(Recorded data)

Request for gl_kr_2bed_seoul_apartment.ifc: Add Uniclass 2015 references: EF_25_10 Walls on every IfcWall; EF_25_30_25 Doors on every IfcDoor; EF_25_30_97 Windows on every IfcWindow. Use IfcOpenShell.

First a look at what the model holds.

```python
import ifcopenshell

model = ifcopenshell.open("gl_kr_2bed_seoul_apartment.ifc")
print(model.schema)
print("classifications:", [c.Name for c in model.by_type("IfcClassification")])
for ifc_class in ("IfcDoor", "IfcRoof", "IfcStair", "IfcWall", "IfcWindow"):
    print(ifc_class, len(model.by_type(ifc_class)))
```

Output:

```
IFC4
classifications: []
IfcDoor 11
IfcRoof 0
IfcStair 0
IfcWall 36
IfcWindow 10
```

```python
import ifcopenshell
import ifcopenshell.api.classification

model = ifcopenshell.open("gl_kr_2bed_seoul_apartment.ifc")

system = ifcopenshell.api.classification.add_classification(model, classification="Uniclass 2015")

codes = {
    "IfcWall": ("EF_25_10", "Walls"),
    "IfcDoor": ("EF_25_30_25", "Doors"),
    "IfcWindow": ("EF_25_30_97", "Windows"),
}
for ifc_class, (code, name) in codes.items():
    products = model.by_type(ifc_class)
    ifcopenshell.api.classification.add_reference(
        model, products=products, classification=system, identification=code, name=name
    )
    print(code, len(products))

model.write("gl_kr_2bed_seoul_apartment-out.ifc")
```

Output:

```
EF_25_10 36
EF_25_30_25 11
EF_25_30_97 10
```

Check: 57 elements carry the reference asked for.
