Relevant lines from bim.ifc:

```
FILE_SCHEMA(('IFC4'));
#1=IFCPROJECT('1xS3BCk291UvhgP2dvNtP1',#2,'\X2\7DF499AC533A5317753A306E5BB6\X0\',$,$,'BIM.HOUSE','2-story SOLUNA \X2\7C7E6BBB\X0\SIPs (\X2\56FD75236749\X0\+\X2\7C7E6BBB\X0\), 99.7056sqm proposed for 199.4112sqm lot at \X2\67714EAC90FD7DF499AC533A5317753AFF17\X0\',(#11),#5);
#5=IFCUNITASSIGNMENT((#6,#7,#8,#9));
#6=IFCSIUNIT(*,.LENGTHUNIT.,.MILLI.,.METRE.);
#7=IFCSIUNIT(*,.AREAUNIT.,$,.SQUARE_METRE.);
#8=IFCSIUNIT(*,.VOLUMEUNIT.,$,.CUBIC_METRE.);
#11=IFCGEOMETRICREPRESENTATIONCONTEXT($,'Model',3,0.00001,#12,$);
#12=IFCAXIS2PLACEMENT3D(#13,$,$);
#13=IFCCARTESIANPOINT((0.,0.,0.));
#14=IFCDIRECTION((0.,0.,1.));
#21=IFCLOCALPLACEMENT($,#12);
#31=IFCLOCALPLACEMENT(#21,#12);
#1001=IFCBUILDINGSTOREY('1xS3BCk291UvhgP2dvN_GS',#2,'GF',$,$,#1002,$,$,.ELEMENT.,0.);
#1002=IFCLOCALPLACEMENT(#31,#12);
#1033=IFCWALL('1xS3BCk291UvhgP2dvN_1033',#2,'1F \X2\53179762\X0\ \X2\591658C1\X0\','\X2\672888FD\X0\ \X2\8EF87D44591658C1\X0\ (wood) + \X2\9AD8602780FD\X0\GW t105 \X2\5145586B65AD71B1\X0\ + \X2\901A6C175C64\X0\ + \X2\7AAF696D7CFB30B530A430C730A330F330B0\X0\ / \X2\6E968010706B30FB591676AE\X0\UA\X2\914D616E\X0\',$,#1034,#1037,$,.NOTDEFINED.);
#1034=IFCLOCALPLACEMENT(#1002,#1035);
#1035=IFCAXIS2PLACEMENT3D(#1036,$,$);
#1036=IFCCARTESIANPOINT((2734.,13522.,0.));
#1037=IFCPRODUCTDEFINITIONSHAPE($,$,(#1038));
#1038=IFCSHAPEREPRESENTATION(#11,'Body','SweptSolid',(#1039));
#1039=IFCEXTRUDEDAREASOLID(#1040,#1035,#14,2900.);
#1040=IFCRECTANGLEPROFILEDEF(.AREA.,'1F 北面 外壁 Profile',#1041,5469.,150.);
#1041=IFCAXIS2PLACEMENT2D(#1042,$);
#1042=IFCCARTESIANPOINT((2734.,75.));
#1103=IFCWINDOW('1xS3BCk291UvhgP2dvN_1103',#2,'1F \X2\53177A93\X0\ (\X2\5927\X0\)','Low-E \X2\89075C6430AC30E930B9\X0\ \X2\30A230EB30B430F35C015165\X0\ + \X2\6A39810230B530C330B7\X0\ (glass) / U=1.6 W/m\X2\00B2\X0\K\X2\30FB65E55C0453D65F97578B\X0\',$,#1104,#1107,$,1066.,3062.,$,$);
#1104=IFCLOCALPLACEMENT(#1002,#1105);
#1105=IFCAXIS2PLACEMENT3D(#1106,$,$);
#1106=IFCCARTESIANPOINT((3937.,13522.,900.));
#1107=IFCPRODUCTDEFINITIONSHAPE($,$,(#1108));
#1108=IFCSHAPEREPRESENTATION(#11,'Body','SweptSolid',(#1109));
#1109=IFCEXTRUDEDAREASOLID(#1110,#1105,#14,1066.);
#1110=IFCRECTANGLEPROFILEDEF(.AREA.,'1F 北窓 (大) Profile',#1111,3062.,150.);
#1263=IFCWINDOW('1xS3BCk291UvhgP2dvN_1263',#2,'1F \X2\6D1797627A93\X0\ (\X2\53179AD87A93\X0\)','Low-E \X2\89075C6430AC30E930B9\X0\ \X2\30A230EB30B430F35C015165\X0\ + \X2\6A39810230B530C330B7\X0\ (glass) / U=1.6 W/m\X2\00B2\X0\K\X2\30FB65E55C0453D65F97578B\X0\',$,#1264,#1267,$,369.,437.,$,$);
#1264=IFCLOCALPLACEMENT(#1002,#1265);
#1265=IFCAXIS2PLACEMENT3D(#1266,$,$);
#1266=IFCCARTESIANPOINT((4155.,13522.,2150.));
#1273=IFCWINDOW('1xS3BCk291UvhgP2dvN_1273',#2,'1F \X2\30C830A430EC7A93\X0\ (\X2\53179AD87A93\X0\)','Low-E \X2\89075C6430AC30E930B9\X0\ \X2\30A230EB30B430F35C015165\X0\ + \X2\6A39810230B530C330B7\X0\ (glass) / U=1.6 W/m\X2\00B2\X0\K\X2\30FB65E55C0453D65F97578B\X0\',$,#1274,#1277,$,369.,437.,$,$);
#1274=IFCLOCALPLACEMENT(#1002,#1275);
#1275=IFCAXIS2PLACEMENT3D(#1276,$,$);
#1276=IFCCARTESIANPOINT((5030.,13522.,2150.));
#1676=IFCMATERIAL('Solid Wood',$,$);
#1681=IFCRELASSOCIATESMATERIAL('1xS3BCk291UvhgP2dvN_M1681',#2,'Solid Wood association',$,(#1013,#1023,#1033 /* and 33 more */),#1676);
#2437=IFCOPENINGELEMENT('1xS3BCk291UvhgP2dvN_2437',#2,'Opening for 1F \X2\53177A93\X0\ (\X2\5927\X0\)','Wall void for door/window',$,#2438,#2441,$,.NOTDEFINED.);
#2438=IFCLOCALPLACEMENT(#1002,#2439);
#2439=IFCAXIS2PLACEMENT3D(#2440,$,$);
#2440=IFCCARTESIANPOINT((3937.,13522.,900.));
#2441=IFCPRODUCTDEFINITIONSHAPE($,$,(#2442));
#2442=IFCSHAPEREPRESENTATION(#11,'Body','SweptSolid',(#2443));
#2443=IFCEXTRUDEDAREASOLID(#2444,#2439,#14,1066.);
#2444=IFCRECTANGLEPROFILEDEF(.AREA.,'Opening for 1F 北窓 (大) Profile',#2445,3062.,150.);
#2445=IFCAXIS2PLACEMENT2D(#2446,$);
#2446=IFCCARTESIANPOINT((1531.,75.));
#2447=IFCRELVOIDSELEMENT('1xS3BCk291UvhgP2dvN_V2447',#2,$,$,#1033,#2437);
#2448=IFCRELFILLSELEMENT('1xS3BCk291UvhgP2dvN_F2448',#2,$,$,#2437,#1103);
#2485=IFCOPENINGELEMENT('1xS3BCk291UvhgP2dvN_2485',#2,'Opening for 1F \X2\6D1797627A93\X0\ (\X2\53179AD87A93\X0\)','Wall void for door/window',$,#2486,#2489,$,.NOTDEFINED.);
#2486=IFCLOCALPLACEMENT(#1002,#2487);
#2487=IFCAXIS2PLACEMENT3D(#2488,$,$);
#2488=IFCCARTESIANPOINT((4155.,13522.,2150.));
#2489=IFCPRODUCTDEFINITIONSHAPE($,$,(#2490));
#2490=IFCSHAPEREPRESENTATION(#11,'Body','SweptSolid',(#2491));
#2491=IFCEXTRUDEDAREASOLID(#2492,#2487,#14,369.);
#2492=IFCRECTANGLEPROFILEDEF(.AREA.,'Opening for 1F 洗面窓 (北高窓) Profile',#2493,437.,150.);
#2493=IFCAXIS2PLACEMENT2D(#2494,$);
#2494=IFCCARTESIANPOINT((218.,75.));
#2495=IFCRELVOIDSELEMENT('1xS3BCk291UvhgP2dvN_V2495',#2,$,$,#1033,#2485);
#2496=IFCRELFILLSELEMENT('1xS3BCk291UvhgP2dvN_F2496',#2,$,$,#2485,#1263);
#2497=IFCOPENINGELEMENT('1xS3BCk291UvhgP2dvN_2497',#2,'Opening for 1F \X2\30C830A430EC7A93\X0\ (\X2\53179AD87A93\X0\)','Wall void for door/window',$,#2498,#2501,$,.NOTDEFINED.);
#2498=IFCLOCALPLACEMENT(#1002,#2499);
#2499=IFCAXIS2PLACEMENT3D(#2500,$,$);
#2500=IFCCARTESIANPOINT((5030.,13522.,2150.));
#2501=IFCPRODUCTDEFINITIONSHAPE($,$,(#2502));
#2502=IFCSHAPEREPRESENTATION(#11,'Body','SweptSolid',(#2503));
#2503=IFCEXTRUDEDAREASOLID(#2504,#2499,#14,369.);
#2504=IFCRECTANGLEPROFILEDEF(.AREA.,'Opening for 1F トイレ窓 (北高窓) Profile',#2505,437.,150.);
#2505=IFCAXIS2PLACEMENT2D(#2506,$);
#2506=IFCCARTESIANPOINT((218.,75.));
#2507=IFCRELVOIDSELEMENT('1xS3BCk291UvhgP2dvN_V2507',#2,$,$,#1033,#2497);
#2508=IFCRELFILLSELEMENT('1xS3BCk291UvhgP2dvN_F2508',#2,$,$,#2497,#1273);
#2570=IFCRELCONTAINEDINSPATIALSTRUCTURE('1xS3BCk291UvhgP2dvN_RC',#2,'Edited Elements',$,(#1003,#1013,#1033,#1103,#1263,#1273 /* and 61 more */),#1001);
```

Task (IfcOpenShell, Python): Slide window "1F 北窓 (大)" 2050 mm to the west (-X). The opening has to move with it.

```python
import ifcopenshell
import ifcopenshell.api.geometry
import ifcopenshell.util.placement
import ifcopenshell.util.unit

model = ifcopenshell.open("bim.ifc")
unit_scale = ifcopenshell.util.unit.calculate_unit_scale(model)

window = model.by_id(1103)
opening = window.FillsVoids[0].RelatingOpeningElement
wall = opening.VoidsElements[0].RelatingBuildingElement

wall_matrix = ifcopenshell.util.placement.get_local_placement(wall.ObjectPlacement)
shift = wall_matrix[:3, 0] * -2.05 / unit_scale
before = ifcopenshell.util.placement.get_local_placement(window.ObjectPlacement)[:3, 3].copy()

# The window is not placed relative to its opening, so move both.
for product in (opening, window):
    matrix = ifcopenshell.util.placement.get_local_placement(product.ObjectPlacement)
    matrix[:3, 3] += shift
    ifcopenshell.api.geometry.edit_object_placement(model, product=product, matrix=matrix, is_si=False)

after = ifcopenshell.util.placement.get_local_placement(window.ObjectPlacement)[:3, 3]
print("window moved by", (after - before).round(3) + 0.0)

model.write("bim_updated.ifc")
```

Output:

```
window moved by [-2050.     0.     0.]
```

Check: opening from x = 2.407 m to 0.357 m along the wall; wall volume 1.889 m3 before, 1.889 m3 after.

• [About this exercise]: Above are the entries; copy out every line among them that contains the word "IFCLOCALPLACEMENT".

• [Output below]:
#21=IFCLOCALPLACEMENT($,#12);
#31=IFCLOCALPLACEMENT(#21,#12);
#1002=IFCLOCALPLACEMENT(#31,#12);
#1034=IFCLOCALPLACEMENT(#1002,#1035);
#1104=IFCLOCALPLACEMENT(#1002,#1105);
#1264=IFCLOCALPLACEMENT(#1002,#1265);
#1274=IFCLOCALPLACEMENT(#1002,#1275);
#2438=IFCLOCALPLACEMENT(#1002,#2439);
#2486=IFCLOCALPLACEMENT(#1002,#2487);
#2498=IFCLOCALPLACEMENT(#1002,#2499);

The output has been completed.